◆ What is required: Give every entry again, exactly as it stands.

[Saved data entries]
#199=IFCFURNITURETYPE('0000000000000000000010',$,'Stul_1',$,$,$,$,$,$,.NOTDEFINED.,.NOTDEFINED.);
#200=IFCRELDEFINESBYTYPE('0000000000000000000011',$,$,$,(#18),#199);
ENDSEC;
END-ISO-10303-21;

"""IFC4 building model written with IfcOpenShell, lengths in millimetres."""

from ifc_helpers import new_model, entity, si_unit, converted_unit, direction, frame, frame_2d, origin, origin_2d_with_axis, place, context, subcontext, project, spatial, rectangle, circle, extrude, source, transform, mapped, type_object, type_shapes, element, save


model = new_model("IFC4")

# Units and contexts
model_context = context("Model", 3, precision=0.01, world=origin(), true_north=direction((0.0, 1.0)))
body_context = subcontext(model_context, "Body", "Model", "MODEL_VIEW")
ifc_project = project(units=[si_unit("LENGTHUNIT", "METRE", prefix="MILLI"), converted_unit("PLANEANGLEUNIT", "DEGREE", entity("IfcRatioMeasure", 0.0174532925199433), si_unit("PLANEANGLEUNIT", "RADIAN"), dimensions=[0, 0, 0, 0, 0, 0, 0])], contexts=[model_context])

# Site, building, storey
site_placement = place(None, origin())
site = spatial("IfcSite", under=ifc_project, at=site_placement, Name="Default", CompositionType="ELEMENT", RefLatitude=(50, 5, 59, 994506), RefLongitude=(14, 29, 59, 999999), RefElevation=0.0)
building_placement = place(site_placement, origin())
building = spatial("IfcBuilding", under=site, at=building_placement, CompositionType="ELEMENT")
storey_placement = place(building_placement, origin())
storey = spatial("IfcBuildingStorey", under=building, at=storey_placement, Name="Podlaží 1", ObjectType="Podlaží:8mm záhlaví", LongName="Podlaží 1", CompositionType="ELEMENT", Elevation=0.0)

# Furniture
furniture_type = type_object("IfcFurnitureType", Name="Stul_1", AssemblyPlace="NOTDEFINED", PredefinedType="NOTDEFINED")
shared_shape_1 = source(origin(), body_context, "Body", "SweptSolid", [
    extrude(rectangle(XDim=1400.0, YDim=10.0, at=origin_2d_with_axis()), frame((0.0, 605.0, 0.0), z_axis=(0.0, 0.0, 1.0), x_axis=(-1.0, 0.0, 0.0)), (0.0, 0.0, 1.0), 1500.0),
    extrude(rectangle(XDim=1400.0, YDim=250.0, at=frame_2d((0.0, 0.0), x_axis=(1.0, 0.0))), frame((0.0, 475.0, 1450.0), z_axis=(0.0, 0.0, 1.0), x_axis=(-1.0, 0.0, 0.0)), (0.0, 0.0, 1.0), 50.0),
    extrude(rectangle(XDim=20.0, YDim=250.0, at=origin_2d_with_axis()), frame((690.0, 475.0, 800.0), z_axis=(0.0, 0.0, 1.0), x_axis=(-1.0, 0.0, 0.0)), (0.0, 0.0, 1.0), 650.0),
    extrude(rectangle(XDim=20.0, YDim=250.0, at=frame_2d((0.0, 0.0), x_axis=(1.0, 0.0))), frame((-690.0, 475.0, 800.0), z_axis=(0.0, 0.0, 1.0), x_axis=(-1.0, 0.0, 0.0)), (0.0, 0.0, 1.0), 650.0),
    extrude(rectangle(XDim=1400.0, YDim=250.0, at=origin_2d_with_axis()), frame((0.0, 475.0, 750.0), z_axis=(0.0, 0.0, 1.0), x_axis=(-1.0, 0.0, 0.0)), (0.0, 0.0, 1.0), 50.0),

◆ Solution to this exercise:
#199=IFCFURNITURETYPE('0000000000000000000010',$,'Stul_1',$,$,$,$,$,$,.NOTDEFINED.,.NOTDEFINED.);
#200=IFCRELDEFINESBYTYPE('0000000000000000000011',$,$,$,(#18),#199);
ENDSEC;
END-ISO-10303-21;

"""IFC4 building model written with IfcOpenShell, lengths in millimetres."""

from ifc_helpers import new_model, entity, si_unit, converted_unit, direction, frame, frame_2d, origin, origin_2d_with_axis, place, context, subcontext, project, spatial, rectangle, circle, extrude, source, transform, mapped, type_object, type_shapes, element, save


model = new_model("IFC4")

# Units and contexts
model_context = context("Model", 3, precision=0.01, world=origin(), true_north=direction((0.0, 1.0)))
body_context = subcontext(model_context, "Body", "Model", "MODEL_VIEW")
ifc_project = project(units=[si_unit("LENGTHUNIT", "METRE", prefix="MILLI"), converted_unit("PLANEANGLEUNIT", "DEGREE", entity("IfcRatioMeasure", 0.0174532925199433), si_unit("PLANEANGLEUNIT", "RADIAN"), dimensions=[0, 0, 0, 0, 0, 0, 0])], contexts=[model_context])

# Site, building, storey
site_placement = place(None, origin())
site = spatial("IfcSite", under=ifc_project, at=site_placement, Name="Default", CompositionType="ELEMENT", RefLatitude=(50, 5, 59, 994506), RefLongitude=(14, 29, 59, 999999), RefElevation=0.0)
building_placement = place(site_placement, origin())
building = spatial("IfcBuilding", under=site, at=building_placement, CompositionType="ELEMENT")
storey_placement = place(building_placement, origin())
storey = spatial("IfcBuildingStorey", under=building, at=storey_placement, Name="Podlaží 1", ObjectType="Podlaží:8mm záhlaví", LongName="Podlaží 1", CompositionType="ELEMENT", Elevation=0.0)

# Furniture
furniture_type = type_object("IfcFurnitureType", Name="Stul_1", AssemblyPlace="NOTDEFINED", PredefinedType="NOTDEFINED")
shared_shape_1 = source(origin(), body_context, "Body", "SweptSolid", [
    extrude(rectangle(XDim=1400.0, YDim=10.0, at=origin_2d_with_axis()), frame((0.0, 605.0, 0.0), z_axis=(0.0, 0.0, 1.0), x_axis=(-1.0, 0.0, 0.0)), (0.0, 0.0, 1.0), 1500.0),
    extrude(rectangle(XDim=1400.0, YDim=250.0, at=frame_2d((0.0, 0.0), x_axis=(1.0, 0.0))), frame((0.0, 475.0, 1450.0), z_axis=(0.0, 0.0, 1.0), x_axis=(-1.0, 0.0, 0.0)), (0.0, 0.0, 1.0), 50.0),
    extrude(rectangle(XDim=20.0, YDim=250.0, at=origin_2d_with_axis()), frame((690.0, 475.0, 800.0), z_axis=(0.0, 0.0, 1.0), x_axis=(-1.0, 0.0, 0.0)), (0.0, 0.0, 1.0), 650.0),
    extrude(rectangle(XDim=20.0, YDim=250.0, at=frame_2d((0.0, 0.0), x_axis=(1.0, 0.0))), frame((-690.0, 475.0, 800.0), z_axis=(0.0, 0.0, 1.0), x_axis=(-1.0, 0.0, 0.0)), (0.0, 0.0, 1.0), 650.0),
    extrude(rectangle(XDim=1400.0, YDim=250.0, at=origin_2d_with_axis()), frame((0.0, 475.0, 750.0), z_axis=(0.0, 0.0, 1.0), x_axis=(-1.0, 0.0, 0.0)), (0.0, 0.0, 1.0), 50.0),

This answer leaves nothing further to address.